REQUIRED ACTION
Work out how many lines in the data include the string "IFCRELAGGREGATES"; reply with that number alone.

[[ EXTRACTED DATA open ]]

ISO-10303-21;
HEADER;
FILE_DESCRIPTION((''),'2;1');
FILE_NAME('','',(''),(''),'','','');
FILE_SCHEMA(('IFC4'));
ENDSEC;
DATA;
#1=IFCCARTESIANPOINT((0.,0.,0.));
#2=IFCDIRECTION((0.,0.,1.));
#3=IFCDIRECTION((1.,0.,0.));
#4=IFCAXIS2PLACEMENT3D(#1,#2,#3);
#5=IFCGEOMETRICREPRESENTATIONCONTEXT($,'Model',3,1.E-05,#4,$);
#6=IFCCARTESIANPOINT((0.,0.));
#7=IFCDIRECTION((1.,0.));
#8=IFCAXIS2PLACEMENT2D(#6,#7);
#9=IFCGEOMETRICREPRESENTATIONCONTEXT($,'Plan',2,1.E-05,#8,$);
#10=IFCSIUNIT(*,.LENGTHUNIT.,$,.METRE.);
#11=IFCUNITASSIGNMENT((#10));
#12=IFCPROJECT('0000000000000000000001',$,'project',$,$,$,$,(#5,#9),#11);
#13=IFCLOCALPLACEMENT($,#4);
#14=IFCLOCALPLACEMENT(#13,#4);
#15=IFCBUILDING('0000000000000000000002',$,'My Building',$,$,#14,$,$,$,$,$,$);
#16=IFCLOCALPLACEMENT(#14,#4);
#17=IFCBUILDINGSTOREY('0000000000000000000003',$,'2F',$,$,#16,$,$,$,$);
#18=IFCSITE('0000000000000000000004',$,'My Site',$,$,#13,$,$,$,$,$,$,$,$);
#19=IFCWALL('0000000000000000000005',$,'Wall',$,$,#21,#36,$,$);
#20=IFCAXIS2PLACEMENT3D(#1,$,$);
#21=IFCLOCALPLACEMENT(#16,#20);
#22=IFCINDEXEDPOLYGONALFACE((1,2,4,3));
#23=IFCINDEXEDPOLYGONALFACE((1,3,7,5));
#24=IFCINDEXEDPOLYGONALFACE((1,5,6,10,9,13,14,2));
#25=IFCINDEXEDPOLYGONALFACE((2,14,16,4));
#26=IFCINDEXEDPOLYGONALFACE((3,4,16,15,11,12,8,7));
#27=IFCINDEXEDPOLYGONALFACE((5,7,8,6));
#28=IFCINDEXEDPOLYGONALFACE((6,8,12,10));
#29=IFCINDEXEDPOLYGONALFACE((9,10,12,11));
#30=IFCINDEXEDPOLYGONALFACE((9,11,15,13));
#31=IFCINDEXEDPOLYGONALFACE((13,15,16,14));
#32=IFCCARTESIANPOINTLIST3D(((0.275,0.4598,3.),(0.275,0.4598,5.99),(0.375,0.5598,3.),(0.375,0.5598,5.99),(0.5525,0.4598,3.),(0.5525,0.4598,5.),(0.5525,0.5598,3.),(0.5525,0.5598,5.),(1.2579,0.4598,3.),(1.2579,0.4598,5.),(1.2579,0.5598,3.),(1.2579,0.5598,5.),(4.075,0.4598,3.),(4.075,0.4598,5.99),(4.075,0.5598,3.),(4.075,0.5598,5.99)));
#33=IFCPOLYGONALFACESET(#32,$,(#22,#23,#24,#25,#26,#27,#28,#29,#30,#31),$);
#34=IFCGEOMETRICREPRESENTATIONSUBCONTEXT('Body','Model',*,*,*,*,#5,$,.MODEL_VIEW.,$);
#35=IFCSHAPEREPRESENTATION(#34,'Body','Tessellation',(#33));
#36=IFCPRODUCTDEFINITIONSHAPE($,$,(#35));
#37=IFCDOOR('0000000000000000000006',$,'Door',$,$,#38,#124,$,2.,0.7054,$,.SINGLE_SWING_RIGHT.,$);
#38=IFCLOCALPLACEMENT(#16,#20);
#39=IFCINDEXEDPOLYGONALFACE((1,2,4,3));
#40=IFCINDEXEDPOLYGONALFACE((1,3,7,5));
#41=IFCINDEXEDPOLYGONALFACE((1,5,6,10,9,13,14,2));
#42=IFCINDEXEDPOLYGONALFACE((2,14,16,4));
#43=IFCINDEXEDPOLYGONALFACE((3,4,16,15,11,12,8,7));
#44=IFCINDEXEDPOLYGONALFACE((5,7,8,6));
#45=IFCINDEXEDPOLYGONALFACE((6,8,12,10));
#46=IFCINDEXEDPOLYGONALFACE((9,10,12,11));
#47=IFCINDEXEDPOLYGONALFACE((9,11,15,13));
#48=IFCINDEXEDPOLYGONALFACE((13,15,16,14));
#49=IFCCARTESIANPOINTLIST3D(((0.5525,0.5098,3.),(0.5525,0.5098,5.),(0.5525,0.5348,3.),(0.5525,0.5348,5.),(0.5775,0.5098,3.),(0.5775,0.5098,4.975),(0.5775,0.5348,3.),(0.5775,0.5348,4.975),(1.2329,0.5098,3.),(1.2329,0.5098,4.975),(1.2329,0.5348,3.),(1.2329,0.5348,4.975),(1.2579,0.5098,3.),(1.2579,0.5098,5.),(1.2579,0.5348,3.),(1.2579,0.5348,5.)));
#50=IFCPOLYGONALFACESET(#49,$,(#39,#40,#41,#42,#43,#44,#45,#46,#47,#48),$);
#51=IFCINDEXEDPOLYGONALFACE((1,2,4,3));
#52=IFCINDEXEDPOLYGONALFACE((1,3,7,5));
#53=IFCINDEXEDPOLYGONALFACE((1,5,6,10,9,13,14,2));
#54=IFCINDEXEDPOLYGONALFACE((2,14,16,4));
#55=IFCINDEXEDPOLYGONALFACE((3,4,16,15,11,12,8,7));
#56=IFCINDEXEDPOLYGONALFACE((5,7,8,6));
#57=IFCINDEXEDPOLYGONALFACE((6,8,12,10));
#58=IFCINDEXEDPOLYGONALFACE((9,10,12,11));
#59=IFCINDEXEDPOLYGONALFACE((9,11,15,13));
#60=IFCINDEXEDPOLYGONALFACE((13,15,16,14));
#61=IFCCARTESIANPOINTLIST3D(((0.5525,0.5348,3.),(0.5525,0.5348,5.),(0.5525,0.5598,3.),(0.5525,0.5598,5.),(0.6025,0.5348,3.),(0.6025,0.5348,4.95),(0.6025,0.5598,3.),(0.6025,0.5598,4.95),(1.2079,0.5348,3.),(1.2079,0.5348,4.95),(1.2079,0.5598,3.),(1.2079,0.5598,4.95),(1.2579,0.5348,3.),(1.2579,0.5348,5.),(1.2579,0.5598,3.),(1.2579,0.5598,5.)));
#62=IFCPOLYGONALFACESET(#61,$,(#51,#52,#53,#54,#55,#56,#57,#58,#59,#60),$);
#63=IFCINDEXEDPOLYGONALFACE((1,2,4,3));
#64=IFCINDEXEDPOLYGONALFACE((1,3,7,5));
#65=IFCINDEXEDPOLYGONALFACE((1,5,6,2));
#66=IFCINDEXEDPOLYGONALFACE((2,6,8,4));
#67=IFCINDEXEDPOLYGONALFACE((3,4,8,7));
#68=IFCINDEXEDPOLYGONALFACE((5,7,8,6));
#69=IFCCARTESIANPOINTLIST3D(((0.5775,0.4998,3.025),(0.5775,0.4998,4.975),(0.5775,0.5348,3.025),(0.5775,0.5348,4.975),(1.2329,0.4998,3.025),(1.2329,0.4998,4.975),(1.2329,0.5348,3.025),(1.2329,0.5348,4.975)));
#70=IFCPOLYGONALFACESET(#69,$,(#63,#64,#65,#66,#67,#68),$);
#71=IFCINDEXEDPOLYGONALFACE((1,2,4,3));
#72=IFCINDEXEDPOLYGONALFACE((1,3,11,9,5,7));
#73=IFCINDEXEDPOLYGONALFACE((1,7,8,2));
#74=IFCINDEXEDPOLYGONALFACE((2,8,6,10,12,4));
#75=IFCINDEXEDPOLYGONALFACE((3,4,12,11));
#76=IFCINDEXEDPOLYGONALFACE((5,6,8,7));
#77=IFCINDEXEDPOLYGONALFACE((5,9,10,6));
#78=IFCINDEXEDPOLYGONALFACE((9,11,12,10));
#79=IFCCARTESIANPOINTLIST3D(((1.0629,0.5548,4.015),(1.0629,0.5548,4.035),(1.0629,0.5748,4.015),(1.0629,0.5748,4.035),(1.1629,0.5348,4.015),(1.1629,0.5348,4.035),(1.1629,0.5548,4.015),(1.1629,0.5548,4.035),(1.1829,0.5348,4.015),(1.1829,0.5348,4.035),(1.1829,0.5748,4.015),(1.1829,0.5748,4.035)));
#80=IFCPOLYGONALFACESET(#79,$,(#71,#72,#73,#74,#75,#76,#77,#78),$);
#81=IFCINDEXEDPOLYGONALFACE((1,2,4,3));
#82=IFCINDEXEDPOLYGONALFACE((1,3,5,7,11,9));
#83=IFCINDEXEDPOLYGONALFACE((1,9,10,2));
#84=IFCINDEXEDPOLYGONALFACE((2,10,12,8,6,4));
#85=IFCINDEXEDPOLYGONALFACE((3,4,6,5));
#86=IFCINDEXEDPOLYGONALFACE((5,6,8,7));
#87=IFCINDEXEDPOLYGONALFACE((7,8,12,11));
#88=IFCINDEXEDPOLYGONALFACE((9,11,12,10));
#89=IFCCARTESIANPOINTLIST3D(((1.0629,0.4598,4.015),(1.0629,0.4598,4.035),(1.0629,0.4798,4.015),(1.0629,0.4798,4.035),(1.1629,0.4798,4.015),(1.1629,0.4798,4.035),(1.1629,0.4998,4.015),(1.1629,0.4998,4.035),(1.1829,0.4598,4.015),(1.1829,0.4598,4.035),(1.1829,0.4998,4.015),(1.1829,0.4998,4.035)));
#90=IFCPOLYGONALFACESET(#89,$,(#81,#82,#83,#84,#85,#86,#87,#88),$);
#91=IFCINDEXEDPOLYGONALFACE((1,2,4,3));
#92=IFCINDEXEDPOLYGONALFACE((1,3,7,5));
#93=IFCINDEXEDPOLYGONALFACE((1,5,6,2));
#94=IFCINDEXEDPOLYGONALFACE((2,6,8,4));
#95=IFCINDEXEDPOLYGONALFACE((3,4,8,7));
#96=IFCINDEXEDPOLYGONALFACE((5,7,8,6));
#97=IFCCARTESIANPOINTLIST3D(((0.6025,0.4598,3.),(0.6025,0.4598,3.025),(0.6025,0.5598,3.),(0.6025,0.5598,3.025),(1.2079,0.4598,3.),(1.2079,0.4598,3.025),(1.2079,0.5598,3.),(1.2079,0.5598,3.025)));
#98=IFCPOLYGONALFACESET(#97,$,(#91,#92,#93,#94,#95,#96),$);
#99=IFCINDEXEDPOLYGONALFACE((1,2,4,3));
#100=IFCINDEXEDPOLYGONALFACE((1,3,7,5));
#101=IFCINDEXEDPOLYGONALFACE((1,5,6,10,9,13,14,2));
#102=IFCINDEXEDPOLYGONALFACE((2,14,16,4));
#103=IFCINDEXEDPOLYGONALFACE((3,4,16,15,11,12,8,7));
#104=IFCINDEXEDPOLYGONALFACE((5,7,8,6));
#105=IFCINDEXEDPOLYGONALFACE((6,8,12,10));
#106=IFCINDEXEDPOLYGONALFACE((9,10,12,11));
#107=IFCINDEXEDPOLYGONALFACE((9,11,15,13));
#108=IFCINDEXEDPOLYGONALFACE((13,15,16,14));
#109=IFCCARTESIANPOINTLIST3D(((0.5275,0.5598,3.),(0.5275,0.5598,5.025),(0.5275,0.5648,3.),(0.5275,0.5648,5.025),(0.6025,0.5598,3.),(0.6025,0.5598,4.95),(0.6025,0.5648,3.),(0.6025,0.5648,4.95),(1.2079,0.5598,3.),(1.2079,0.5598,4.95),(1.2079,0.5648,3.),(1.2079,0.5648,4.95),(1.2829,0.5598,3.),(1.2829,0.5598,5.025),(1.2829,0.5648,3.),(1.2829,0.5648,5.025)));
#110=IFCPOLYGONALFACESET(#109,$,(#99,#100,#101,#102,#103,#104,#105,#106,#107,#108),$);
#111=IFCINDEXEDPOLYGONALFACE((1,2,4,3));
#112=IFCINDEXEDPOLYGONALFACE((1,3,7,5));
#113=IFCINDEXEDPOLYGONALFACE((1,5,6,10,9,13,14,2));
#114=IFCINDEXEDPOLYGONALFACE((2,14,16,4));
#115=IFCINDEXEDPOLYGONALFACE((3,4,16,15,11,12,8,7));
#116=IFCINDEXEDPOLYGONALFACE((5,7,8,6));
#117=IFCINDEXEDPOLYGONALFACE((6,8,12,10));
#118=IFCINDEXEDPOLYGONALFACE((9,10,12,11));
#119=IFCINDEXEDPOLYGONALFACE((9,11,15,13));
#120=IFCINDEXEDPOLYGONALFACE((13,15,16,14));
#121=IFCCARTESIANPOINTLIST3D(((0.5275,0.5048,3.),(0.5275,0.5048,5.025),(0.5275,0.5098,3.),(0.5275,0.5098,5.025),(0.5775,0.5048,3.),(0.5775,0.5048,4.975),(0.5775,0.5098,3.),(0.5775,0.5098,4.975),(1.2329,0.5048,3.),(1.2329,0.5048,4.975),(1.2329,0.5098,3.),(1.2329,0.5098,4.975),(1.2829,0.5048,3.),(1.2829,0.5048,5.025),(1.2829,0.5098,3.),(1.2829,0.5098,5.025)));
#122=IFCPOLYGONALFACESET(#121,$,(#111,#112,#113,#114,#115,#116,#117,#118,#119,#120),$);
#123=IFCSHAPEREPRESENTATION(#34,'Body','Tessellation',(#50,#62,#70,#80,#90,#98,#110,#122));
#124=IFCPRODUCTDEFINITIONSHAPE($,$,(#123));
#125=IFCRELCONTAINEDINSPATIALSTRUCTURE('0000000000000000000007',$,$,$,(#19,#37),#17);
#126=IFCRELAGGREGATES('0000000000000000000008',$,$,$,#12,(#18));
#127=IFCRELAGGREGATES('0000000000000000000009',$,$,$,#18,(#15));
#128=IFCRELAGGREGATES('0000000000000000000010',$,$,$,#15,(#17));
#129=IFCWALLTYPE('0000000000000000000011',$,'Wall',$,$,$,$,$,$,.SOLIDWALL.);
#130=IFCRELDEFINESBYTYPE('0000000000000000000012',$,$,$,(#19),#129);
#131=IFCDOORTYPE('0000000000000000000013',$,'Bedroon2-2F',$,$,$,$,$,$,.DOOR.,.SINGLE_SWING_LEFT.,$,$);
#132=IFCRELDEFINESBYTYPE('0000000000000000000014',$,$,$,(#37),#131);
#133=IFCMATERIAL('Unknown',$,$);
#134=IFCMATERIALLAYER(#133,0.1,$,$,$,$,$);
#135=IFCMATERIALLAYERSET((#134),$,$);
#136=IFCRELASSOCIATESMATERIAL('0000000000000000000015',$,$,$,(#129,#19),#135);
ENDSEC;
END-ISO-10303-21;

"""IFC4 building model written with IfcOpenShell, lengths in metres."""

from ifc_helpers import new_model, entity, si_unit, frame, origin_with_axes, origin_2d_with_axis, place, context, subcontext, project, spatial, line, indexed_curve, outline, extrude, shape, source, transform, mapped, material, layer, layer_set, layer_usage, type_object, type_shapes, element, fill, save


model = new_model("IFC4")

# Units and contexts
model_context = context("Model", 3, precision=1e-05, world=origin_with_axes())
plan_context = context("Plan", 2, precision=1e-05, world=origin_2d_with_axis())
body_context_1 = subcontext(model_context, "Body", "Model", "MODEL_VIEW")
body_context_2 = subcontext(plan_context, "Body", "Plan", "PLAN_VIEW")
ifc_project = project(units=[si_unit("LENGTHUNIT", "METRE")], contexts=[model_context, plan_context])

# Site, building, storey
site_placement = place(None, origin_with_axes())
site = spatial("IfcSite", under=ifc_project, at=site_placement, Name="My Site")
building_placement = place(site_placement, origin_with_axes())
building = spatial("IfcBuilding", under=site, at=building_placement, Name="My Building")
storey_placement = place(building_placement, origin_with_axes())
storey = spatial("IfcBuildingStorey", under=building, at=storey_placement, Name="2F")

# Shared definitions
ifc_material = material(Name="Unknown")

# Shared definitions
ifc_layer_1 = layer(ifc_material, 0.1)
ifc_layer_set_1 = layer_set([ifc_layer_1])
wall_type = type_object("IfcWallType", Name="Wall", PredefinedType="SOLIDWALL", material=ifc_layer_set_1)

[[ EXTRACTED DATA closed ]]

RESPONSE
3